Io non lo so se Alika è morto (anche) di razzismo, come qualcuno tenta di spiegare. Ma so che nei suoi anni in Italia ha rappresentato quello che in molti non tollerano più. L’uomo nero. L’uomo sul barcone. L’invasore. Per questo, come comunità, non sappiamo disertare il privilegio della complicità passiva, per dirla alla Angela Davis. So anche che qualcuno quella stampella gliel’avrebbe strappata volentieri dalle mani. Che quell’uomo sarebbe caduto comunque. E che in troppi non lo avrebbero aiutato a rialzarsi. Ecco perché non riesco a farmi giudice. A sentirmi differente. Ad autoassolvermi perché io non sono così. Ammettiamolo, lo siamo tutti, anche indirettamente. Siamo l’uomo con il cane e l’anziana signora. Siamo la ragazza. Il telefono che riprende. E siamo pure Filippo Claudio Giuseppe Ferlazzo, forse non le sue braccia che stringono, ma la sua brutalità sì. La leggerezza con cui digitiamo, urliamo, trasformiamo parole in odio.
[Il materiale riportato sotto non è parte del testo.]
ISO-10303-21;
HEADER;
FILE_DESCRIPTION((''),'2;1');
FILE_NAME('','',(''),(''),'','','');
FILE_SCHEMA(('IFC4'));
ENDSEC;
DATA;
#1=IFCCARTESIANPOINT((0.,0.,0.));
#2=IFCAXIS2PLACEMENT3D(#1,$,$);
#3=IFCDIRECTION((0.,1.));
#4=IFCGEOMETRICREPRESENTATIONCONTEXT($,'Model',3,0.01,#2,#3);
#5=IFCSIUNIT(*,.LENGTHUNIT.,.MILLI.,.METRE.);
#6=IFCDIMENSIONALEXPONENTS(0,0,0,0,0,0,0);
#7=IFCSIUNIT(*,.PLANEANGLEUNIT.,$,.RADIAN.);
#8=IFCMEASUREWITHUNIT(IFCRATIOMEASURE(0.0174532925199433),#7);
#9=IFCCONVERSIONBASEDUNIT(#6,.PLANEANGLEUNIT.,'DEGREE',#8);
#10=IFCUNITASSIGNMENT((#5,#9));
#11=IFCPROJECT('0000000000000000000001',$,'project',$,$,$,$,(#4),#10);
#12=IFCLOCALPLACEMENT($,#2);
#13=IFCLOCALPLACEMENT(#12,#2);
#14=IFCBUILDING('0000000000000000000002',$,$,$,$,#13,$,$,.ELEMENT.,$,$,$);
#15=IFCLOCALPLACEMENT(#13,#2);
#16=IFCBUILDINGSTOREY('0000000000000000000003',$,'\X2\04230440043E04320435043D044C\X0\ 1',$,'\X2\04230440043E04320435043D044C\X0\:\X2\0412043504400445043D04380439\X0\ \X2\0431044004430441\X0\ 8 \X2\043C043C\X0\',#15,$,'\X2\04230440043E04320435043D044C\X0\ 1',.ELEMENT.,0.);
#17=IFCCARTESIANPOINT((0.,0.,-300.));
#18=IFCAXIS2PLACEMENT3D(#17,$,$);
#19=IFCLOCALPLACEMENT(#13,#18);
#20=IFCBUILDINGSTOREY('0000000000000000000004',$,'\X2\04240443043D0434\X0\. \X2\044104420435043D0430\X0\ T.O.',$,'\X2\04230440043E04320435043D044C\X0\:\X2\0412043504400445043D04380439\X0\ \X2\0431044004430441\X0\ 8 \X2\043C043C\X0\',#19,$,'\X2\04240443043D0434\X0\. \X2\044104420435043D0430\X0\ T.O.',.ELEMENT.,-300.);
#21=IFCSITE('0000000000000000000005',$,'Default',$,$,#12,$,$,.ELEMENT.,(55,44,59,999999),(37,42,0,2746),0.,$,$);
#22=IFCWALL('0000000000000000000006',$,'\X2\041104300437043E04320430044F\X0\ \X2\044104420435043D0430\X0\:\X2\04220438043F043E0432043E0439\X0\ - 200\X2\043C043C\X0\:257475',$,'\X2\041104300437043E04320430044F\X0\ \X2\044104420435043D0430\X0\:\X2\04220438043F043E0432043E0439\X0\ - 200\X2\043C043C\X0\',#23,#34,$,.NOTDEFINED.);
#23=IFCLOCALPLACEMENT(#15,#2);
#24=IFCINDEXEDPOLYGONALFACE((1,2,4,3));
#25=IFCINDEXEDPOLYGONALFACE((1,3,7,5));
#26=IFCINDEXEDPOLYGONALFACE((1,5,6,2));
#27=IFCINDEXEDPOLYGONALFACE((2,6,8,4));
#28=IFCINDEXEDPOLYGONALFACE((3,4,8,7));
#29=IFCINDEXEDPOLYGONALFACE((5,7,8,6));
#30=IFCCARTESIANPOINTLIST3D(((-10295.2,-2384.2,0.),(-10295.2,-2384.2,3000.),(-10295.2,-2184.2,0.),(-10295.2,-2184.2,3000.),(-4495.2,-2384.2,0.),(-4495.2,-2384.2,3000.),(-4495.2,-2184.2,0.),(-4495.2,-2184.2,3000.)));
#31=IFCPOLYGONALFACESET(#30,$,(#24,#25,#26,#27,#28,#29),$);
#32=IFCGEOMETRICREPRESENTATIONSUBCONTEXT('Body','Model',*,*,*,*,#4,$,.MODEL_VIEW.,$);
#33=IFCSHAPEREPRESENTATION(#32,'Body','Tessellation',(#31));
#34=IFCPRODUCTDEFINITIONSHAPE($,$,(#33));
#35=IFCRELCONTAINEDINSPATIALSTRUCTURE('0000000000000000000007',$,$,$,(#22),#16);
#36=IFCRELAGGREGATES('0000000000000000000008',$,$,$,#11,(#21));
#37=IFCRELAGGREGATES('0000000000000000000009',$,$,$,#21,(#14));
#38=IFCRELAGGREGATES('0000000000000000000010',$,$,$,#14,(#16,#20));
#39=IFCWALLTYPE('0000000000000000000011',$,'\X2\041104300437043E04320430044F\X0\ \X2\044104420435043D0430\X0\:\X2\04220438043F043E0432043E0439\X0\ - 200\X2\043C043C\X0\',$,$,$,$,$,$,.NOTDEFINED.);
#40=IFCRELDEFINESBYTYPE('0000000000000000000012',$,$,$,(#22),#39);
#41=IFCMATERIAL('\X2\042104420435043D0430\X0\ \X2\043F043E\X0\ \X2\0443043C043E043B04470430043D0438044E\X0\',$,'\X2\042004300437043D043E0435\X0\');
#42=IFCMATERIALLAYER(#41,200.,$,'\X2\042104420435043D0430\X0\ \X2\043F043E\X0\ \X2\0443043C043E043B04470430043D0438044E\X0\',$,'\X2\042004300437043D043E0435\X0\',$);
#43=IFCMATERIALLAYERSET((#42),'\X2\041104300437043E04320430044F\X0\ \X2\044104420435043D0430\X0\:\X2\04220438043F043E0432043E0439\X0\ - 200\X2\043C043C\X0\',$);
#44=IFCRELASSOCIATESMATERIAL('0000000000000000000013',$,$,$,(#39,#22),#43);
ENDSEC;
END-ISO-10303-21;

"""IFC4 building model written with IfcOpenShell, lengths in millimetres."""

from ifc_helpers import new_model, entity, si_unit, converted_unit, direction, frame, frame_2d, origin, place, context, subcontext, project, spatial, rectangle, extrude, material, layer, layer_set, layer_usage, type_object, element, save


model = new_model("IFC4")

# Units and contexts
model_context = context("Model", 3, precision=0.01, world=origin(), true_north=direction((0.0, 1.0)))
body_context = subcontext(model_context, "Body", "Model", "MODEL_VIEW")
ifc_project = project(units=[si_unit("LENGTHUNIT", "METRE", prefix="MILLI"), converted_unit("PLANEANGLEUNIT", "DEGREE", entity("IfcRatioMeasure", 0.0174532925199433), si_unit("PLANEANGLEUNIT", "RADIAN"), dimensions=[0, 0, 0, 0, 0, 0, 0])], contexts=[model_context])

# Site, building, storey
site_placement = place(None, origin())
site = spatial("IfcSite", under=ifc_project, at=site_placement, Name="Default", CompositionType="ELEMENT", RefLatitude=(55, 44, 59, 999999), RefLongitude=(37, 42, 0, 2746), RefElevation=0.0)
building_placement = place(site_placement, origin())
building = spatial("IfcBuilding", under=site, at=building_placement, CompositionType="ELEMENT")
storey_1_placement = place(building_placement, origin())
storey_1 = spatial("IfcBuildingStorey", under=building, at=storey_1_placement, Name="Уровень 1", ObjectType="Уровень:Верхний брус 8 мм", LongName="Уровень 1", CompositionType="ELEMENT", Elevation=0.0)

# Shared definitions
ifc_material_1 = material(Name="Стена по умолчанию", Category="Разное")
ifc_layer = layer(ifc_material_1, 200.0, Name="Стена по умолчанию", Category="Разное")
ifc_layer_set = layer_set([ifc_layer], Name="Базовая стена:Типовой - 200мм")
wall_type = type_object("IfcWallType", Name="Базовая стена:Типовой - 200мм", PredefinedType="NOTDEFINED", material=ifc_layer_set)

# Shared definitions
storey_2_placement = place(building_placement, frame((0.0, 0.0, -300.0)))
storey_2 = spatial("IfcBuildingStorey", under=building, at=storey_2_placement, Name="Фунд. стена T.O.", ObjectType="Уровень:Верхний брус 8 мм", LongName="Фунд. стена T.O.", CompositionType="ELEMENT", Elevation=-300.0)

# Wall
ifc_layer_usage_1 = layer_usage(ifc_layer_set, "AXIS2", "NEGATIVE", 100.0)
wall_1_placement = place(storey_1_placement, frame((-10295.2, -2284.2, 0.0)))
element("IfcWall", 1, at=wall_1_placement, inside=storey_1, type_object=wall_type, material=ifc_layer_usage_1, Name="Базовая стена:Типовой - 200мм:257475", ObjectType="Базовая стена:Типовой - 200мм", PredefinedType="NOTDEFINED", context=body_context, shape_type="SweptSolid", body=[
    extrude(rectangle(XDim=5800.0, YDim=200.0, at=frame_2d((2900.0, 0.0), x_axis=(-1.0, 0.0))), origin(), (0.0, 0.0, 1.0), 3000.0),
])

save(model, "model.ifc")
Cosa siamo sempre stati, dunque?
Attenzione. Il video contiene immagini che potrebbero urtare la sensibilità di chi guarda. Quattro minuti. Le due del pomeriggio. Fermati. Non si ferma. Fermati. Non si ferma. Fermati. Alika Ogorchikwu non respira più.
Una farsa nella tragedia. L’arena, il gladiatore, il pollice verso. Noi cosa avremmo fatto?